Counsel for the Appellant, in his argument on ground (1) drew the court’s attention to paragraph 89 of the records where the learned trial judge said:

“Even if the court were to consider the defence filed in their proceedings, I am of the view that the defence does not disclose any reasonable and bona fide defence. The defendant is bound to show that he has some reasonable ground of defence to the action. This is clearly absent in the defence filed by the defendant company.”

Counsel submitted that once a defence is in the file it must be considered and pronouncement made on it. For the proposition he referred to the Annual Practice i999 page 361 paragraph 19/2/1 and page 365 paragraph 19/7/4. The pith and substance of the law cited there is that if before judgment is entered, the defendant serves a defence even though it be out of time judgment in default cannot be entered (Gill V Wodfin (1884) 25 Ch. D. 707 C.A; Gibbings V Strong (1884) 26 Ch. D 66 C.A. Having perused the Ruling I am left in no doubt that the learned judge did consider the defence filed before dismissing it.

 

I am in full agreement with the learned trial judge that the issues raised in the appellant’s defence could only have been raised in an application to set aside a judgment obtained against their assured and even as regards the quantum of the award and costs these have no place in the present claim against the appellant.
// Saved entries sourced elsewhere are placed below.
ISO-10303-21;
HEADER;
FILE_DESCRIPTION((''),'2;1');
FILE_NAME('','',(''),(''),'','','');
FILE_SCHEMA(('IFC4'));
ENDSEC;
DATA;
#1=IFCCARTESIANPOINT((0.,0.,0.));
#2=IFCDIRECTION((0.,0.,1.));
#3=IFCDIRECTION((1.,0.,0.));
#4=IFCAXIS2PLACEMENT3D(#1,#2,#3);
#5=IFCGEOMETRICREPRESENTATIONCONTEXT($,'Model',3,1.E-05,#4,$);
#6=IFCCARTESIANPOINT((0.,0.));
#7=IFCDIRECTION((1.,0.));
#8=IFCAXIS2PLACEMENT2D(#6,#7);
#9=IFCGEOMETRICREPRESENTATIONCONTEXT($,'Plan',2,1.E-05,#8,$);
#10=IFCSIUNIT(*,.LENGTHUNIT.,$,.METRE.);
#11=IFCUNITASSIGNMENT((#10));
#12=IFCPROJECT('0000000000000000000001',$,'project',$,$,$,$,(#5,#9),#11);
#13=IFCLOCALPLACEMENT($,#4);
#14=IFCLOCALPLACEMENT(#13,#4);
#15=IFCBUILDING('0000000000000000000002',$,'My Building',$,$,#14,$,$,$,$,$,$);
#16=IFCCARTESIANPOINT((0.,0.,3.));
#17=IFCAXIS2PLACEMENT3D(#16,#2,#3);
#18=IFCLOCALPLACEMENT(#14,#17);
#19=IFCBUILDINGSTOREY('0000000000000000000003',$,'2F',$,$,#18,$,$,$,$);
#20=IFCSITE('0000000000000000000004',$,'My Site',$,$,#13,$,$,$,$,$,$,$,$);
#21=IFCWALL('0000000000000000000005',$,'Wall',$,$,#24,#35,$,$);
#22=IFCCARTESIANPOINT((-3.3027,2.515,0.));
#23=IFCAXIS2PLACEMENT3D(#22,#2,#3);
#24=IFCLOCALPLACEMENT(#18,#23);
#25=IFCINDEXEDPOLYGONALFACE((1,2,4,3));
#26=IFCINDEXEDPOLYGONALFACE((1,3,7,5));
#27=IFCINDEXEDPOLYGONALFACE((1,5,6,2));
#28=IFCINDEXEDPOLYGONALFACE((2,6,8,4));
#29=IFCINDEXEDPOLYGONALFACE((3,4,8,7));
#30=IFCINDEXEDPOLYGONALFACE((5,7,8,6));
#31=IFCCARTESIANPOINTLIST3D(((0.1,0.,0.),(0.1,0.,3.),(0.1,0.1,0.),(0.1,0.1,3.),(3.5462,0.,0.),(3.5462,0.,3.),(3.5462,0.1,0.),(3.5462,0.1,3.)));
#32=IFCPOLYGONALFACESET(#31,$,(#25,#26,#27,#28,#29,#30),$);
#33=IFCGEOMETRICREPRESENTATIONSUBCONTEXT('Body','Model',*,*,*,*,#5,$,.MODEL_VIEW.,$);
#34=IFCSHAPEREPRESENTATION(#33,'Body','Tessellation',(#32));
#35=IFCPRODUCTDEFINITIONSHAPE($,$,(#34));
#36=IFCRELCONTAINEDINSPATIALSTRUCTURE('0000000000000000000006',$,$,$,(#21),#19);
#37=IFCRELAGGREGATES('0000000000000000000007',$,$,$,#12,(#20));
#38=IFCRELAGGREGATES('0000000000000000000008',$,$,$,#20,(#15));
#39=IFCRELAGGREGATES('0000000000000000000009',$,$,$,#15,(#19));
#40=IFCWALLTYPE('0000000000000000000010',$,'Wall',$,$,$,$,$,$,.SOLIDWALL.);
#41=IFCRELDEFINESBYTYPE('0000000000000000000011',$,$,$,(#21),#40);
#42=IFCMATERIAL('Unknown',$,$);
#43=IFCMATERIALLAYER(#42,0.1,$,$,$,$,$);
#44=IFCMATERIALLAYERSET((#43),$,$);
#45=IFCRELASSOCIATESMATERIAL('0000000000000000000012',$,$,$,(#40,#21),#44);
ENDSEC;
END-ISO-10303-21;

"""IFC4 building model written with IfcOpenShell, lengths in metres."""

from ifc_helpers import new_model, si_unit, frame, origin_with_axes, origin_2d_with_axis, place, context, subcontext, project, spatial, line, indexed_curve, outline, extrude, material, layer, layer_set, layer_usage, type_object, element, save


model = new_model("IFC4")

# Units and contexts
model_context = context("Model", 3, precision=1e-05, world=origin_with_axes())
plan_context = context("Plan", 2, precision=1e-05, world=origin_2d_with_axis())
body_context_1 = subcontext(model_context, "Body", "Model", "MODEL_VIEW")
ifc_project = project(units=[si_unit("LENGTHUNIT", "METRE")], contexts=[model_context, plan_context])

# Site, building, storey
site_placement = place(None, origin_with_axes())
site = spatial("IfcSite", under=ifc_project, at=site_placement, Name="My Site")
building_placement = place(site_placement, origin_with_axes())
building = spatial("IfcBuilding", under=site, at=building_placement, Name="My Building")
storey_placement = place(building_placement, frame((0.0, 0.0, 3.0), z_axis=(0.0, 0.0, 1.0), x_axis=(1.0, 0.0, 0.0)))
storey = spatial("IfcBuildingStorey", under=building, at=storey_placement, Name="2F")

# Shared definitions
ifc_material = material(Name="Unknown")

# Shared definitions
ifc_layer_1 = layer(ifc_material, 0.1)
ifc_layer_set_1 = layer_set([ifc_layer_1])
wall_type = type_object("IfcWallType", Name="Wall", PredefinedType="SOLIDWALL", material=ifc_layer_set_1)

# Wall
ifc_layer_usage_1 = layer_usage(ifc_layer_set_1, "AXIS2", "POSITIVE", 0.0)
wall_1_placement = place(storey_placement, frame((-3.3027, 2.515, 0.0), z_axis=(0.0, 0.0, 1.0), x_axis=(1.0, 0.0, 0.0)))
element("IfcWall", 1, at=wall_1_placement, inside=storey, type_object=wall_type, material=ifc_layer_usage_1, Name="Wall", context=body_context_1, shape_type="SweptSolid", body=[
    extrude(outline(indexed_curve([(0.1, 0.0), (0.1, 0.1), (3.5462, 0.1), (3.5462, 0.0)], segments=[line(1, 2, 3, 4, 1)])), origin_with_axes(), (0.0, 0.0, 1.0), 3.0),
])

save(model, "model.ifc")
It should be bome clearly in mind that at the present stage of the proceedings all the respondent has to show is that there is a judgment against the insured in respect of the policy and also proving that due notice of the commencement of the proceedings was served on the insurer (the Appellant). That is why the action against the Appellant is to recover the amount of his judgment obtained against the insured pursuant to Section 11(2) of Motor Vehicle (Third Party Insurance) Act Cap. 133 of the Laws of Sierra Leone 1960. As regards obligation of the Insurers to indemnify under the Act. See section 7(2) of cap 133 and White Cross Insurance Co. Ltd. V Sesay (1960-61) S.LX.R. 162. The present proceedings appealed against cannot be said to be a judgment in default but a summary judgment. The appellant ought to have known that under the Motor Vehicles (Third Party

 

Insurance) Act when the respondent commenced this action respondeul had no remedy against the appellant. It was indeed a misconception on the part of the appellant’s solicitor to have expected the respondent to bring in the appellant as a Third Party.

 

The proper procedure as I comprehend it is that when the respondent instituted the action for negligence; the insurer (i.e. appellant) had a right to defend the action against the insured when the issues now bemg raised would have been dealt with at the trial or they could have defended the action in their own name. By then they could have called an expert medical evidence and whatever other issues arising therefrom. On the other hand another option opened to the appellant which they did not avail them self of, was either to appeal against the judgment in the previous action or apply to set it aside either in their own name or in the name of the assured.

 

The present action is based on a right accorded to the respondent by section 11 of the Motor Vehicles (Third Party Insurance) Act Cap. 133 because it gives direct recourse to the insurer. The conclusion I have reached is that there is no merit in this appeal, It is therefore accordingly dismissed with costs to the respondent and such costs to be taxed if not agreed.

 HON. MR. JUSTICE N.C. BROWNE-MARKE J.A.